En México solemos pensar que el riesgo para el Estado de derecho aparece cuando una Corte declara constitucional lo claramente inconstitucional. Pero existe un riesgo más sutil, menos estridente y por eso más peligroso: cuando el tribunal constitucional modifica su método y convierte la voluntad del Ejecutivo, expresada en una exposición de motivos, en parte del marco para validar la constitucionalidad de una ley.
Ése es el ángulo desde el cual varios especialistas han leído la resolución de la acción de inconstitucionalidad 122/2019, resuelta por la Suprema Corte el 6 de enero pasado, relativa a la Ley General del Sistema para la Carrera de las Maestras y los Maestros.
En una acción que ha sido opacada por el escándalo de la compra de camionetas de lujo para trasladar a los ministros, el pleno avaló disposiciones que otorgan trato preferencial a egresados de escuelas normales, de la UPN y de los Centros de Actualización del Magisterio. El debate de fondo no es si esa preferencia es buena o mala política educativa, sino cómo se justificó constitucionalmente.
El proyecto aprobado construyó lo que denominó un “parámetro constitucional específico”, apoyándose de manera central en la exposición de motivos de la iniciativa presidencial de 2019, impulsada por Andrés Manuel López Obrador. Desde ahí, sostuvo que las normas impugnadas eran coherentes con el sentido de la reforma educativa y, por tanto, constitucionales. Dicho de otra manera: el entendimiento de la Constitución se leyó a la luz de lo que el Ejecutivo había dicho que debía entenderse por ella.
Formulado así, el problema se vuelve evidente. La exposición de motivos deja de ser un elemento auxiliar de interpretación y pasa a funcionar como sello de autenticidad constitucional. El examen deja de preguntar si algo se ajusta a la Constitución y empieza a formular, implícitamente, otra cosa: ¿esto corresponde a la voluntad presidencial ya incorporada al texto? El control pierde filo, porque la respuesta está contenida desde el inicio en el planteamiento.

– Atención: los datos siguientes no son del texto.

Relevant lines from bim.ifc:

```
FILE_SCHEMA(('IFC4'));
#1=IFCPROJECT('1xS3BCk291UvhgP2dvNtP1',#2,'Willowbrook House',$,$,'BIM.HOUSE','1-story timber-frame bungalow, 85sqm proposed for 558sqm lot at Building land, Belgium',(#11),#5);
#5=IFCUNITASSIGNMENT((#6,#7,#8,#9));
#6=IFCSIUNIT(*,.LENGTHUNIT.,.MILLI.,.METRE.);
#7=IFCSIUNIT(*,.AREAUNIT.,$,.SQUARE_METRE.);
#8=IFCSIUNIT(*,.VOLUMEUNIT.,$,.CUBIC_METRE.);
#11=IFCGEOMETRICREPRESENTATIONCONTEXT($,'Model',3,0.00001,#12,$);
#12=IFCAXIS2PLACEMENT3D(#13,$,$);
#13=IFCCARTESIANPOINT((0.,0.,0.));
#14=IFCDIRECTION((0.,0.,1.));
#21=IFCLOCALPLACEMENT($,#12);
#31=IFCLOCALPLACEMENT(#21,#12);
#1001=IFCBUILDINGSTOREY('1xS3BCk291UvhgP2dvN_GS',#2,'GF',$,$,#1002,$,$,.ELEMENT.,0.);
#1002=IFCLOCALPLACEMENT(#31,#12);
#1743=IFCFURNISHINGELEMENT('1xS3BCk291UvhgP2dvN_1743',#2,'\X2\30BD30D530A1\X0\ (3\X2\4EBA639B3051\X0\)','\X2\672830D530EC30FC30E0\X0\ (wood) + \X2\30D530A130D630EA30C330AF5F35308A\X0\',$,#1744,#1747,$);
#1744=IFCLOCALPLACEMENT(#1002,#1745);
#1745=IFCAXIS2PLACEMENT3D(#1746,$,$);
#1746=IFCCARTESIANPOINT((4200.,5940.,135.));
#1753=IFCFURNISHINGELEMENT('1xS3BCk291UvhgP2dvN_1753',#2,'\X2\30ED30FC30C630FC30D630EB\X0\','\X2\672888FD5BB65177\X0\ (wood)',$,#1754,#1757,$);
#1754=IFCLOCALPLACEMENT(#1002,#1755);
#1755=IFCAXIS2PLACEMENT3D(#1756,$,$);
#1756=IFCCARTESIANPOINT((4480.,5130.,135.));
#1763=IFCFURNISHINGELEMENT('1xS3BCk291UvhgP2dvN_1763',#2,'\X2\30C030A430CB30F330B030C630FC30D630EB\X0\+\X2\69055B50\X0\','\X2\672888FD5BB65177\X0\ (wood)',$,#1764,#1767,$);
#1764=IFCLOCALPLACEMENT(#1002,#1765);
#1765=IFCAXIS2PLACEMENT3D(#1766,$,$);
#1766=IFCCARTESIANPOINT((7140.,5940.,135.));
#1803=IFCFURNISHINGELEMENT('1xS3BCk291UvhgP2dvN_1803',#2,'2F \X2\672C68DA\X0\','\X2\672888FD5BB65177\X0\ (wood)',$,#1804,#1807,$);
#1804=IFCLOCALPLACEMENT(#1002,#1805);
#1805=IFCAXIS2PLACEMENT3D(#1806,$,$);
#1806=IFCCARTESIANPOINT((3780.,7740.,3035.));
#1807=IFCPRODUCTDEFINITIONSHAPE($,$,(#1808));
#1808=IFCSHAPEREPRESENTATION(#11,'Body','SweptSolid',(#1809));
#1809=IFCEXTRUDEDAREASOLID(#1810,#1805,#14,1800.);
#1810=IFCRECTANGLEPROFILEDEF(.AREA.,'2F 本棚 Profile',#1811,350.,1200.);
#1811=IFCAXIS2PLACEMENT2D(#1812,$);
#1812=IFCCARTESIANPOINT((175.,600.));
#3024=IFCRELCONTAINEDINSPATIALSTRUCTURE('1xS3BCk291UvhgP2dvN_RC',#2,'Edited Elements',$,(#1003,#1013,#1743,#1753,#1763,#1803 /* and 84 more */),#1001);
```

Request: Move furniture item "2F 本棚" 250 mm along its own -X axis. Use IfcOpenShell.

```python
import ifcopenshell
import ifcopenshell.api.geometry
import ifcopenshell.util.placement
import ifcopenshell.util.unit

model = ifcopenshell.open("bim.ifc")
unit_scale = ifcopenshell.util.unit.calculate_unit_scale(model)

item = model.by_guid("1xS3BCk291UvhgP2dvN_1803")
matrix = ifcopenshell.util.placement.get_local_placement(item.ObjectPlacement)
matrix[:3, 3] -= matrix[:3, 0] * 0.25 / unit_scale
ifcopenshell.api.geometry.edit_object_placement(model, product=item, matrix=matrix, is_si=False)

print(ifcopenshell.util.placement.get_local_placement(item.ObjectPlacement).round(3) + 0.0)

model.write("bim-out.ifc")
```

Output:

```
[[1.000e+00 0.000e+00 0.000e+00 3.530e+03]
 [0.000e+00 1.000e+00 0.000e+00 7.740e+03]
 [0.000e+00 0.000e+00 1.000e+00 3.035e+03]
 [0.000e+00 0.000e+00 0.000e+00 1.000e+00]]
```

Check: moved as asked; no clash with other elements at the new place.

Quien crea que se trata de una rareza mexicana debería mirar con atención la experiencia latinoamericana. En la Venezuela de Hugo Chávez, el Tribunal Supremo de Justicia fue desarrollando una práctica semejante: acomodar el derecho al proyecto político del Ejecutivo a través de razonamientos que asumían que la opción más favorable al poder era, por definición, la constitucionalmente correcta.
Un caso emblemático fue el que permitió que, pese a que en 2007 la ciudadanía había rechazado en referendo la reelección indefinida, se impulsara una nueva enmienda sobre el mismo tema. El TSJ avaló el procedimiento y despejó el camino para la postulación indefinida de Chávez.

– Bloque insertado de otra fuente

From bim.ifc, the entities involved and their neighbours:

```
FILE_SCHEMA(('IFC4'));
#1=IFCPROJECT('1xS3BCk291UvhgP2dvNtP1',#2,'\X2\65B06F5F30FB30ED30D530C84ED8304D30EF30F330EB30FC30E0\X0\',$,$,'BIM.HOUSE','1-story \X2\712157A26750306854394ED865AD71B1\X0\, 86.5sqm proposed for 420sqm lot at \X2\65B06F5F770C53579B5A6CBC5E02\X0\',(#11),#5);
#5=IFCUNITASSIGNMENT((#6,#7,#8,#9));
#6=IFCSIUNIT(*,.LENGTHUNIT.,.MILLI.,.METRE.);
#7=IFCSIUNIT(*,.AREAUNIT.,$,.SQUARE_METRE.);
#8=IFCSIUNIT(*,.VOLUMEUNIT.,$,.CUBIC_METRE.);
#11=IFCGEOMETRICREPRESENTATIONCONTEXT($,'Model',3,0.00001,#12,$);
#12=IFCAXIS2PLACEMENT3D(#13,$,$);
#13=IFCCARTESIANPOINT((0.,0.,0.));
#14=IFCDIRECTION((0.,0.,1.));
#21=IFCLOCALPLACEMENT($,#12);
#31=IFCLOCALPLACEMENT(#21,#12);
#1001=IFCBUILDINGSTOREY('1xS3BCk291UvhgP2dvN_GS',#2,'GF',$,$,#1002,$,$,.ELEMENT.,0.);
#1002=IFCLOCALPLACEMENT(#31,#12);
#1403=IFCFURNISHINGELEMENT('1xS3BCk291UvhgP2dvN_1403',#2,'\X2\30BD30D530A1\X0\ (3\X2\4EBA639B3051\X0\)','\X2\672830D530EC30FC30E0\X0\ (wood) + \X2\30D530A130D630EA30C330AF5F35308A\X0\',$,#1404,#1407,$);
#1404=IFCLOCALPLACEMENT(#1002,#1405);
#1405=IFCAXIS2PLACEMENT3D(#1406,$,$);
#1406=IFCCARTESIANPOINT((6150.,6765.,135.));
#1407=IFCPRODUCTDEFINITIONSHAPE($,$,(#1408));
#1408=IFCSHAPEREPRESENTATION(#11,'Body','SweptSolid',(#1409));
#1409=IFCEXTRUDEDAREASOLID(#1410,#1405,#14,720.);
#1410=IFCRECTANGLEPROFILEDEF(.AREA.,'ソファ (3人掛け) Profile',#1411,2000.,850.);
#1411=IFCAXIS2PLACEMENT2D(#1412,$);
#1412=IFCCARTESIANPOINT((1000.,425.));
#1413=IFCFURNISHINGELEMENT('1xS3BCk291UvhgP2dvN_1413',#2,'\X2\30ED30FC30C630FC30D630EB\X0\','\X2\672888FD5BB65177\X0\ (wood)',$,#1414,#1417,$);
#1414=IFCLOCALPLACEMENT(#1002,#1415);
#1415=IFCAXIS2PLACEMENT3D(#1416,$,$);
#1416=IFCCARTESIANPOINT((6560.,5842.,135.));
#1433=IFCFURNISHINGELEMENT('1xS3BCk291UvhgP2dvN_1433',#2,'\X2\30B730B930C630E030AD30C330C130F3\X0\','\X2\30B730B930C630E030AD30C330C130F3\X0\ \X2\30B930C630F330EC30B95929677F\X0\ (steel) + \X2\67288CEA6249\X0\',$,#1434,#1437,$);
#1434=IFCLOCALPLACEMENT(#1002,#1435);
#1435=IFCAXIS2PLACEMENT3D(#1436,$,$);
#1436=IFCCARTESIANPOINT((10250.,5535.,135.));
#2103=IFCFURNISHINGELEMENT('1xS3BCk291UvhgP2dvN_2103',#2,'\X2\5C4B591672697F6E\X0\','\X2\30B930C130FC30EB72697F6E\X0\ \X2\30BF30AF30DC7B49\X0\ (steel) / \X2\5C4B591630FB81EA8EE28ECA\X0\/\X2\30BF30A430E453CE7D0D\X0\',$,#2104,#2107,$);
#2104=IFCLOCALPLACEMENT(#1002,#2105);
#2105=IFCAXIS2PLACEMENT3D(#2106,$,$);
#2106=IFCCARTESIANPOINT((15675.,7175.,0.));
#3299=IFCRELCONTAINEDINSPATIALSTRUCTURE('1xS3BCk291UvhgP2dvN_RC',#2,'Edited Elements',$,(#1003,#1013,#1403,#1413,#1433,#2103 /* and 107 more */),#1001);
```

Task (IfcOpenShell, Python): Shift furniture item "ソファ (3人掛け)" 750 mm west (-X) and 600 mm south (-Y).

```python
import ifcopenshell
import ifcopenshell.api.geometry
import ifcopenshell.util.placement

model = ifcopenshell.open("bim.ifc")

item = model.by_guid("1xS3BCk291UvhgP2dvN_1403")
matrix = ifcopenshell.util.placement.get_local_placement(item.ObjectPlacement)
matrix[0, 3] -= 750.0
matrix[1, 3] -= 600.0
ifcopenshell.api.geometry.edit_object_placement(model, product=item, matrix=matrix, is_si=False)

print(ifcopenshell.util.placement.get_local_placement(item.ObjectPlacement).round(3) + 0.0)

model.write("bim_rev.ifc")
```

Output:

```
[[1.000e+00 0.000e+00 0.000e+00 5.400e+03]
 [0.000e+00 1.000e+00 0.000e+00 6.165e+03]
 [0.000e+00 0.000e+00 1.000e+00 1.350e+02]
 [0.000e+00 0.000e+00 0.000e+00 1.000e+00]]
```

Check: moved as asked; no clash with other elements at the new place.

La semejanza con el enfoque criticado en México radica en la lógica. Acá el “parámetro específico” se construye desde la exposición de motivos presidencial; en Venezuela, el TSJ moldeó sus decisiones hasta convertir la voluntad política en criterio jurídico. En ambos casos, el control constitucional se alinea con el poder al que debería vigilar.
No hace falta llegar al extremo chavista para que el control constitucional en México se degrade; a veces basta con mirar primero la intención del Ejecutivo y sólo después el texto constitucional. El problema surge cuando se eleva la voluntad política a una base para afirmar que una norma “no podía ser otra cosa” que lo que el Presidente quería. Ese razonamiento es circular: parte de la voluntad para concluir que esa misma voluntad es constitucional. En derecho, los círculos suelen ser la forma elegante de la obediencia.

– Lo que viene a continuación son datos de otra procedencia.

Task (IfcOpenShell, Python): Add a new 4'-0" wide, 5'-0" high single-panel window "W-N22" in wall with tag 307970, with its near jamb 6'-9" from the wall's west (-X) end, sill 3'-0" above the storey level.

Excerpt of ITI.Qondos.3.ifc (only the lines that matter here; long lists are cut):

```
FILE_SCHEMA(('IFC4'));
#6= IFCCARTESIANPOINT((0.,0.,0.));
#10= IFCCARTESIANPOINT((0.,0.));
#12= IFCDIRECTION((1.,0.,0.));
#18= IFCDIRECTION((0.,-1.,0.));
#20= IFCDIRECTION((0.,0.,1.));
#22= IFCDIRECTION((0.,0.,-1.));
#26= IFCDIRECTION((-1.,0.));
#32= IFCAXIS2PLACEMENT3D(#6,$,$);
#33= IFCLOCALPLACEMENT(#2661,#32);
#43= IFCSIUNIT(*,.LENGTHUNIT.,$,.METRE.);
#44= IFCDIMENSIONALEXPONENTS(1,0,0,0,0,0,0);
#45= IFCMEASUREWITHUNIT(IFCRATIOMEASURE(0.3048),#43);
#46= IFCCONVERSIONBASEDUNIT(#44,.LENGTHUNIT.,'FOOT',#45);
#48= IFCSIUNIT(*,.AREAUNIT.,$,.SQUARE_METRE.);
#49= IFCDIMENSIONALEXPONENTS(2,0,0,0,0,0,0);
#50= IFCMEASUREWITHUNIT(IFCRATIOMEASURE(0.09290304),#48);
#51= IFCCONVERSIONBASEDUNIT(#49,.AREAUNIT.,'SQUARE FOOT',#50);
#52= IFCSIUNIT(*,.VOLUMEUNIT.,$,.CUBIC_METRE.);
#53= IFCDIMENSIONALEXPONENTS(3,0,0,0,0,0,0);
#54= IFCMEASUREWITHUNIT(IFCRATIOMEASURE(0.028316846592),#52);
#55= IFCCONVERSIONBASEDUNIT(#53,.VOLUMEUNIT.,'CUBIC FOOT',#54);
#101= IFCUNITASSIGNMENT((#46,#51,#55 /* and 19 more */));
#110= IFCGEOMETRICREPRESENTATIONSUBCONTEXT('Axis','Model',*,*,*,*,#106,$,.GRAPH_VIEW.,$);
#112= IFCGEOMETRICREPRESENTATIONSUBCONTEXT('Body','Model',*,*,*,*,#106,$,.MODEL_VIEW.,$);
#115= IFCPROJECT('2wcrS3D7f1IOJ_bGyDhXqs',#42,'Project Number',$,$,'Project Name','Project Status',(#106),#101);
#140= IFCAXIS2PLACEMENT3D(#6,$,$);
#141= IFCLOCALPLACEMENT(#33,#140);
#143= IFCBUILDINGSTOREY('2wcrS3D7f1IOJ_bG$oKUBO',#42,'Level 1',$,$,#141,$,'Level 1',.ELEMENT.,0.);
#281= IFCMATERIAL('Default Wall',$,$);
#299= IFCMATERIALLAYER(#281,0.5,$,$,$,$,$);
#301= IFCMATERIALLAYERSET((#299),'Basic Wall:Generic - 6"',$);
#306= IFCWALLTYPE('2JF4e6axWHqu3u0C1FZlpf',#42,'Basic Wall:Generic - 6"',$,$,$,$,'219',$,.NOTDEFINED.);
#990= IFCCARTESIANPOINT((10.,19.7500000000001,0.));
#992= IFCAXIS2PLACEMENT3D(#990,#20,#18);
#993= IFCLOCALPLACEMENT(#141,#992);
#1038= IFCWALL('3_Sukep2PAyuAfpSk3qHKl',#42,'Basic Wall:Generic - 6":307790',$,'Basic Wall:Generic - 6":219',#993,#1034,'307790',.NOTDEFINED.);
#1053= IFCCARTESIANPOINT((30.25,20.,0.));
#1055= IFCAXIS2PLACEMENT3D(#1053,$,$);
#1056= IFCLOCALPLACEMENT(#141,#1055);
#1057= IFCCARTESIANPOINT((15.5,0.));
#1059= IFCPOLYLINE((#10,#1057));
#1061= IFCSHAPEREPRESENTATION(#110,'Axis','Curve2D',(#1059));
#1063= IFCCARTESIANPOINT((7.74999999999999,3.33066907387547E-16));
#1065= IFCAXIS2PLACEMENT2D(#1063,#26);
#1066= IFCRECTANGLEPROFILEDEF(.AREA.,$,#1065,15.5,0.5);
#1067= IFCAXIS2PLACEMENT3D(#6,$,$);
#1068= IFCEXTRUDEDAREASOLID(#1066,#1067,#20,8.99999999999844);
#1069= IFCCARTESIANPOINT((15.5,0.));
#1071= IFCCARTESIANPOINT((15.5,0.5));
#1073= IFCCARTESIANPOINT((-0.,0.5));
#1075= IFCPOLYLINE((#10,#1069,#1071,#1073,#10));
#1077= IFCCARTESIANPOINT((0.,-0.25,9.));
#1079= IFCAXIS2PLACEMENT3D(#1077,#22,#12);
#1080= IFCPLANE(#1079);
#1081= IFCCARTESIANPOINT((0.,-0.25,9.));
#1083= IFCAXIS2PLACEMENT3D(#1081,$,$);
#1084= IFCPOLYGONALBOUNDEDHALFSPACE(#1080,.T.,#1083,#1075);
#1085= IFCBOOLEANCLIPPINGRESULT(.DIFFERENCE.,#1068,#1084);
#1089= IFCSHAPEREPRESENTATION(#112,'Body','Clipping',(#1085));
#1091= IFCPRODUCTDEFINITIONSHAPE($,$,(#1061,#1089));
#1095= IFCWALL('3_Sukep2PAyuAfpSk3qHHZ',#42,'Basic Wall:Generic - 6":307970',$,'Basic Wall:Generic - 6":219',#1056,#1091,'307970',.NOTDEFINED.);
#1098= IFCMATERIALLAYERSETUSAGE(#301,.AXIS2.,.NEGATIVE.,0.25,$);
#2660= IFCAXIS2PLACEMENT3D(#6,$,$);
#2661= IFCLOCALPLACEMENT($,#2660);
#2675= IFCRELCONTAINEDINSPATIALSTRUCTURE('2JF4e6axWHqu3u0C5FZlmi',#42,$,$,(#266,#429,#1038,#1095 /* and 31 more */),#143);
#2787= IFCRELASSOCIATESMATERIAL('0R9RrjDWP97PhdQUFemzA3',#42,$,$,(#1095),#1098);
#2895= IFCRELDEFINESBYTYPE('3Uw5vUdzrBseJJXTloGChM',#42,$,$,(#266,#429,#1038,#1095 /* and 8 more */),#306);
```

```python
import numpy as np
import ifcopenshell
import ifcopenshell.api.feature
import ifcopenshell.api.geometry
import ifcopenshell.api.root
import ifcopenshell.api.spatial
import ifcopenshell.geom
import ifcopenshell.util.element
import ifcopenshell.util.placement
import ifcopenshell.util.representation
import ifcopenshell.util.shape
import ifcopenshell.util.unit

model = ifcopenshell.open("ITI.Qondos.3.ifc")
unit_scale = ifcopenshell.util.unit.calculate_unit_scale(model)
settings = ifcopenshell.geom.settings()


def volume(element):
    """Net volume in cubic metres, openings subtracted."""
    shape = ifcopenshell.geom.create_shape(settings, element)
    return ifcopenshell.util.shape.get_volume(shape.geometry)


wall = model.by_guid("3_Sukep2PAyuAfpSk3qHHZ")
storey = ifcopenshell.util.element.get_container(wall, ifc_class="IfcBuildingStorey")
context = ifcopenshell.util.representation.get_context(model, "Model", "Body", "MODEL_VIEW")
before = volume(wall)

width, height, from_end, sill = 1.2192, 1.524, 2.0574, 0.9144  # metres

# The wall runs along its own X axis, and the end named is its -X end.
wall_shape = ifcopenshell.geom.create_shape(settings, wall)
x, y, z = ifcopenshell.util.shape.get_vertices(wall_shape.geometry).T
start = x.min() + from_end
face, thickness = float(y.min()), float(y.max() - y.min())
wall_matrix = ifcopenshell.util.placement.get_local_placement(wall.ObjectPlacement)
level = ifcopenshell.util.placement.get_local_placement(storey.ObjectPlacement)[2, 3]


def in_wall(x, y):
    """Placement at x, y metres in the wall's axes, at sill height."""
    matrix = wall_matrix.copy()
    matrix[:, 3] = wall_matrix @ np.array([x / unit_scale, y / unit_scale, 0.0, 1.0])
    matrix[2, 3] = level + sill / unit_scale
    return matrix


# Opening: a box that overshoots both wall faces by 50 mm.
opening = ifcopenshell.api.root.create_entity(model, ifc_class="IfcOpeningElement", predefined_type="OPENING")
box = ifcopenshell.api.geometry.add_wall_representation(
    model, context=context, length=width, height=height, thickness=thickness + 0.1
)
ifcopenshell.api.geometry.assign_representation(model, product=opening, representation=box)
ifcopenshell.api.geometry.edit_object_placement(model, product=opening, matrix=in_wall(start, face - 0.05), is_si=False)
ifcopenshell.api.feature.add_feature(model, feature=opening, element=wall)

window = ifcopenshell.api.root.create_entity(model, ifc_class="IfcWindow", name="W-N22", predefined_type="WINDOW")
window.OverallWidth, window.OverallHeight = width / unit_scale, height / unit_scale
window.PartitioningType = "SINGLE_PANEL"
body = ifcopenshell.api.geometry.add_window_representation(
    model,
    context=context,
    overall_width=window.OverallWidth,
    overall_height=window.OverallHeight,
    partition_type="SINGLE_PANEL",
)
ifcopenshell.api.geometry.assign_representation(model, product=window, representation=body)
ifcopenshell.api.spatial.assign_container(model, products=[window], relating_structure=storey)
ifcopenshell.api.feature.add_filling(model, opening=opening, element=window)

# Centre the window in the wall's thickness.
ifcopenshell.api.geometry.edit_object_placement(model, product=window, matrix=in_wall(start, face), is_si=False)
window_shape = ifcopenshell.geom.create_shape(settings, window)
depth = ifcopenshell.util.shape.get_vertices(window_shape.geometry)[:, 1]
offset = face + thickness / 2 - (depth.min() + depth.max()) / 2
ifcopenshell.api.geometry.edit_object_placement(model, product=window, matrix=in_wall(start, offset), is_si=False)

after = volume(wall)

print(f"wall volume {before:.3f} -> {after:.3f} m3")

model.write("ITI.Qondos.3_v2.ifc")
```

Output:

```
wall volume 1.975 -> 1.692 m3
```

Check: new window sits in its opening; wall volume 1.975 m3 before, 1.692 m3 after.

En un país con larga tradición de intentos por domesticar a sus árbitros, esta discusión no es técnica, sino democrática. La pregunta en 2026 es si la Corte está dispuesta a seguir tomando como parámetro la Constitución y no el ánimo del gobernante. Porque cuando el constitucionalismo se vuelve personalista, el país se desliza por una pendiente conocida: la de los tribunales que ya no controlan al poder, sino que lo traducen.